Andrew drew in his breath, impatient almost. ‘A man who has been known to ride with the sons of Murchadh O’Neill, who is married secretly by a disguised Franciscan priest, treads a dangerous line. And should he cross that line, there will be plenty ready to swoop, and who better for the king to grant the estates to than the obedient English planter family of Sean FitzGarrett’s sister? Could the native Irish even complain? A just and satisfactory conclusion for all. Blackstone talked also tonight of the shortage of coin. When your grandfather’s debtors are called to account, there will be a great deal of coin available to whoever controls his estate.’

‘Do you think Deirdre knows any of this?’ I said quietly.

‘She is too proud to see herself a pawn in anybody’s game. The walls of this house and the lives of the women in it must be like a slow death to her.’

There was one more thing I needed to know before I could shut my mind on these matters for the night. ‘Who is Maeve MacQuillan?’ I said. ‘And why should the mention of her have upset my grandmother?’

He sighed and opened eyes that had not long since closed.

‘Long ago, before the power of the MacQuillans on this coast was usurped by the MacDonnells, the daughter of the MacQuillan chieftain was locked up by her father in a tower at Dunluce Castle, until she should come to her senses; she had refused to marry the man he had chosen for her. But the girl showed no intention of coming to her senses, and while her father paced the sands below and raged at her obstinacy, she spent her time in the tower in knitting herself a shroud. Eventually, the father relented and arranged the girl’s escape with her lover across the sea to Scotland, but their boat foundered and the pair drowned. When the father looked up at her window, he saw his daughter’s ghost look down on him; she held up her shroud and said, “See, Father, it is finished.” It is said by the superstitious that the ghost of Maeve MacQuillan still paces the room of that tower, and if anyone should chance to glance up at the window and see her there, holding her shroud, they will be dead within the year.’

‘And Deirdre saw this vision?’

He was quiet a long moment. ‘I asked the servant girl about it. She said that when your grandmother and Deirdre returned from their visit to O’Rahilly, the old woman was in a state of some distress, and little your cousin could say would pacify her. They had travelled by Dunluce on their journey back to Coleraine, and stopped there to dine. The castle is the seat of Randal MacDonnell, Earl of Antrim. Your grandmother is a distant cousin of MacDonnell’s wife, and finds a welcome in all such houses. The earl gave them a guide back to Coleraine. As they left the castle, Deirdre turned back to wave to MacDonnell’s wife, and your grandmother said she stopped cold. It was only once they were back through the gates of Coleraine and MacDonnell’s man returning to his master that she eventually broke and told the old woman what she had seen: Maeve MacQuillan at her window, holding up her shroud.’

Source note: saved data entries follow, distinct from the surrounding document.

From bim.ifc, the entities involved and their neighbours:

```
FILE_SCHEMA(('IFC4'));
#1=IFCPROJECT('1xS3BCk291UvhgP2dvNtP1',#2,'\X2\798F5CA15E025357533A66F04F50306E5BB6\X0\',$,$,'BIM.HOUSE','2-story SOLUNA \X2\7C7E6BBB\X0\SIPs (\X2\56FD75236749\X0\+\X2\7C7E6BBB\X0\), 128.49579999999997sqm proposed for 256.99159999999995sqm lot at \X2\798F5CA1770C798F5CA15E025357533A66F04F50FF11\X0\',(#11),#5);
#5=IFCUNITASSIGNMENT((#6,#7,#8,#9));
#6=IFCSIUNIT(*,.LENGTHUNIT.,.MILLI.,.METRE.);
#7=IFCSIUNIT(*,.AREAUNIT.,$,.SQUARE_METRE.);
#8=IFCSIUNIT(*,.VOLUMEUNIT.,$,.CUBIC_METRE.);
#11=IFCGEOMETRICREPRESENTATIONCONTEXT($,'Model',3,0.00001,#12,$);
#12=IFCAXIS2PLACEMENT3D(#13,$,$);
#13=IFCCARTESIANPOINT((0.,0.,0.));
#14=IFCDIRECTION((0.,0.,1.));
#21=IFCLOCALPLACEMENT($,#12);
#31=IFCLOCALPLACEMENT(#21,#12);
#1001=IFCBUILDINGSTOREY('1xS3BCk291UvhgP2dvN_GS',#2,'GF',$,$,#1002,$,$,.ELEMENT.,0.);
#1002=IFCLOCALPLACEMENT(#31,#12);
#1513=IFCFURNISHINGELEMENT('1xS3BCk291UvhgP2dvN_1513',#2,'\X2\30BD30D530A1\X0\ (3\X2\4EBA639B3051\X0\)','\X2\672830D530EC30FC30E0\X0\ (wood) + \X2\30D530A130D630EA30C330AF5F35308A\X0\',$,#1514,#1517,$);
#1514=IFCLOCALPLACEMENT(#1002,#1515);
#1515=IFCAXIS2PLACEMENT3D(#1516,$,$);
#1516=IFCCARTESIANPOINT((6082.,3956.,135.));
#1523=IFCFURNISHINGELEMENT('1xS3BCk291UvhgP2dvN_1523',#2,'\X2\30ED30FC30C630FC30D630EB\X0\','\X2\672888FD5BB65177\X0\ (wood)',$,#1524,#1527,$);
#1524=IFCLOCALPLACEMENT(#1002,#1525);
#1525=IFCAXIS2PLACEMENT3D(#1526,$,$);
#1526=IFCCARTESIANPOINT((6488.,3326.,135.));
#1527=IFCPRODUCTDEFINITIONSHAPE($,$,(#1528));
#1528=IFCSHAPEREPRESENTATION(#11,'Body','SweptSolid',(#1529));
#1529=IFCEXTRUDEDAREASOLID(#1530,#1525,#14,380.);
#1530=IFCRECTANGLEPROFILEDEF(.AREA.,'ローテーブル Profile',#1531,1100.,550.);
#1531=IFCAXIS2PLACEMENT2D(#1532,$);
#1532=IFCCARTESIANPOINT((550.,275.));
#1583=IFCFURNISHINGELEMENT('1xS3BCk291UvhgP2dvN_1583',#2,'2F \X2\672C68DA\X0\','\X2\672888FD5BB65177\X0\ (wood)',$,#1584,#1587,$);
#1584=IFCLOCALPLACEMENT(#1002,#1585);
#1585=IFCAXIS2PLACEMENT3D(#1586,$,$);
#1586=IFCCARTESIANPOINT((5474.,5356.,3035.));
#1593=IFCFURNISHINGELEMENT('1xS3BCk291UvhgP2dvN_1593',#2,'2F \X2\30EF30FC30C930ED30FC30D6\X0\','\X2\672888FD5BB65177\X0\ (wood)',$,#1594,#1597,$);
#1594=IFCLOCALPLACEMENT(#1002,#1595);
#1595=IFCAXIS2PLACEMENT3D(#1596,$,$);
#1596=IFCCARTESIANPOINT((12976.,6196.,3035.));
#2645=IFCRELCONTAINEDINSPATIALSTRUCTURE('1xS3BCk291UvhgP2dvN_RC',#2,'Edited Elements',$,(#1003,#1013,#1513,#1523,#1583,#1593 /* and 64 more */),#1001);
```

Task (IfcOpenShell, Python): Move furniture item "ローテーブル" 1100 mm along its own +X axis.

```python
import ifcopenshell
import ifcopenshell.api.geometry
import ifcopenshell.util.placement

model = ifcopenshell.open("bim.ifc")

item = model.by_guid("1xS3BCk291UvhgP2dvN_1523")
matrix = ifcopenshell.util.placement.get_local_placement(item.ObjectPlacement)
matrix[:3, 3] += matrix[:3, 0] * 1100.0
ifcopenshell.api.geometry.edit_object_placement(model, product=item, matrix=matrix, is_si=False)

print(ifcopenshell.util.placement.get_local_placement(item.ObjectPlacement).round(3) + 0.0)

model.write("bim_edited.ifc")
```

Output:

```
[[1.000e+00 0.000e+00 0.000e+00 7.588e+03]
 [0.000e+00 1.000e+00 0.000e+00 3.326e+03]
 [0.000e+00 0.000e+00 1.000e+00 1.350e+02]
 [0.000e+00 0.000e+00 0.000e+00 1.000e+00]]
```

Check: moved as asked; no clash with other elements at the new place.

I had no more time for superstition and tales of ghosts and their threats and promises than did Andrew, but I felt I would sleep better for the reading of the scriptures, as we had done together on occasion since my arrival in this country. Our choice had fallen on St Paul’s letter to the Romans, but the seventh chapter, where Andrew had last set his marker, gave little comfort to either of us, with its words on the law regarding married women.

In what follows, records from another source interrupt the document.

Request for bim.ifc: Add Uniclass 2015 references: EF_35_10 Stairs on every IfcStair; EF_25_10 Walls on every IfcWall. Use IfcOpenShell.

First a look at what the model holds.

```python
import ifcopenshell

model = ifcopenshell.open("bim.ifc")
print(model.schema)
print("classifications:", [c.Name for c in model.by_type("IfcClassification")])
for ifc_class in ("IfcDoor", "IfcRoof", "IfcStair", "IfcWall", "IfcWindow"):
    print(ifc_class, len(model.by_type(ifc_class)))
```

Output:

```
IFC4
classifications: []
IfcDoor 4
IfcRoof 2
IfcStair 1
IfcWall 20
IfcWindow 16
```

```python
import ifcopenshell
import ifcopenshell.api.classification

model = ifcopenshell.open("bim.ifc")

system = ifcopenshell.api.classification.add_classification(model, classification="Uniclass 2015")

codes = {
    "IfcStair": ("EF_35_10", "Stairs"),
    "IfcWall": ("EF_25_10", "Walls"),
}
for ifc_class, (code, name) in codes.items():
    products = model.by_type(ifc_class)
    ifcopenshell.api.classification.add_reference(
        model, products=products, classification=system, identification=code, name=name
    )
    print(code, len(products))

model.write("bim_edited.ifc")
```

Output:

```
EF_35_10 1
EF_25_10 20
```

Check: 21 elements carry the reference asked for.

‘Well, that is clear enough, I think,’ said Andrew, shutting his bible after only three verses. ‘Adultery or widowhood, the alternatives for a woman who has married where she does not love.’ His words were clipped and bitter.

I raised myself on my elbow to look at him properly. ‘Andrew,’ I began hesitantly, ‘you must believe me, for I know it for a certainty: there is a madness in men sometimes, in women too, that makes them reject what they love.’

‘Then they do not truly love.’ He turned his back on me and laid himself down to sleep.

When at last I also closed my eyes, it was with my cousin Deirdre’s face before me, her hand reaching out to me from a tower window, offering me her shroud.